§ BRIEF: Take every line from the records below that includes the word "Check".

Saved entries
----------

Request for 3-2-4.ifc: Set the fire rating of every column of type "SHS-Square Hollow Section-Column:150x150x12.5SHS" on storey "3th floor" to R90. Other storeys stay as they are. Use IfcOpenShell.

First a look at what the model holds.

```python
import ifcopenshell
import ifcopenshell.util.element

model = ifcopenshell.open("3-2-4.ifc")
print(model.schema)
storey = next(s for s in model.by_type("IfcBuildingStorey") if s.Name == "3th floor")
columns = [e for e in ifcopenshell.util.element.get_decomposition(storey) if e.is_a("IfcColumn")]
seen = {}
for e in columns:
    element_type = ifcopenshell.util.element.get_type(e)
    key = (element_type.Name if element_type != e and element_type else None, ifcopenshell.util.element.get_pset(e, "Pset_ColumnCommon", "FireRating"))
    seen[key] = seen.get(key, 0) + 1
for (name, value), count in sorted(seen.items(), key=str):
    print(count, "x", name, "|", value)
```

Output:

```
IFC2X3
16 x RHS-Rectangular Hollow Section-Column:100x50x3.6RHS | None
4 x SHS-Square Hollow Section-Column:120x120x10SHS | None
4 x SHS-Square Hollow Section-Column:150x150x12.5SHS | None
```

```python
import ifcopenshell
import ifcopenshell.api.pset
import ifcopenshell.util.element

model = ifcopenshell.open("3-2-4.ifc")

storey = next(s for s in model.by_type("IfcBuildingStorey") if s.Name == "3th floor")
columns = [e for e in ifcopenshell.util.element.get_decomposition(storey) if e.is_a("IfcColumn")]

count = 0
for e in columns:
    element_type = ifcopenshell.util.element.get_type(e)
    if element_type in (None, e) or element_type.Name != "SHS-Square Hollow Section-Column:150x150x12.5SHS":
        continue
    # add_pset returns the element's existing set when there is one.
    pset = ifcopenshell.api.pset.add_pset(model, product=e, name="Pset_ColumnCommon")
    ifcopenshell.api.pset.edit_pset(model, pset=pset, properties={"FireRating": "R90"})
    count += 1

print(count, "columns updated")

model.write("3-2-4_v2.ifc")
```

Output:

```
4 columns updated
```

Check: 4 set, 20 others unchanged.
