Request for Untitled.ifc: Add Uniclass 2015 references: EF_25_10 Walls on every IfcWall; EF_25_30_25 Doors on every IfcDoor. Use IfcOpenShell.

First a look at what the model holds.

```python
import ifcopenshell

model = ifcopenshell.open("Untitled.ifc")
print(model.schema)
print("classifications:", [c.Name for c in model.by_type("IfcClassification")])
for ifc_class in ("IfcDoor", "IfcRoof", "IfcStair", "IfcWall", "IfcWindow"):
    print(ifc_class, len(model.by_type(ifc_class)))
```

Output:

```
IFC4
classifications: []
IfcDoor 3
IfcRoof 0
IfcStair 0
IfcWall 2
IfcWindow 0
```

```python
import ifcopenshell
import ifcopenshell.api.classification

model = ifcopenshell.open("Untitled.ifc")

system = ifcopenshell.api.classification.add_classification(model, classification="Uniclass 2015")

codes = {
    "IfcWall": ("EF_25_10", "Walls"),
    "IfcDoor": ("EF_25_30_25", "Doors"),
}
for ifc_class, (code, name) in codes.items():
    products = model.by_type(ifc_class)
    ifcopenshell.api.classification.add_reference(
        model, products=products, classification=system, identification=code, name=name
    )
    print(code, len(products))

model.write("Untitled_rev.ifc")
```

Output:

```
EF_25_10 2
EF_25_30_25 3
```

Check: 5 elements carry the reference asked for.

----------

§ YOUR RESPONSE:
Check: 4 set, 20 others unchanged.
Check: 5 elements carry the reference asked for.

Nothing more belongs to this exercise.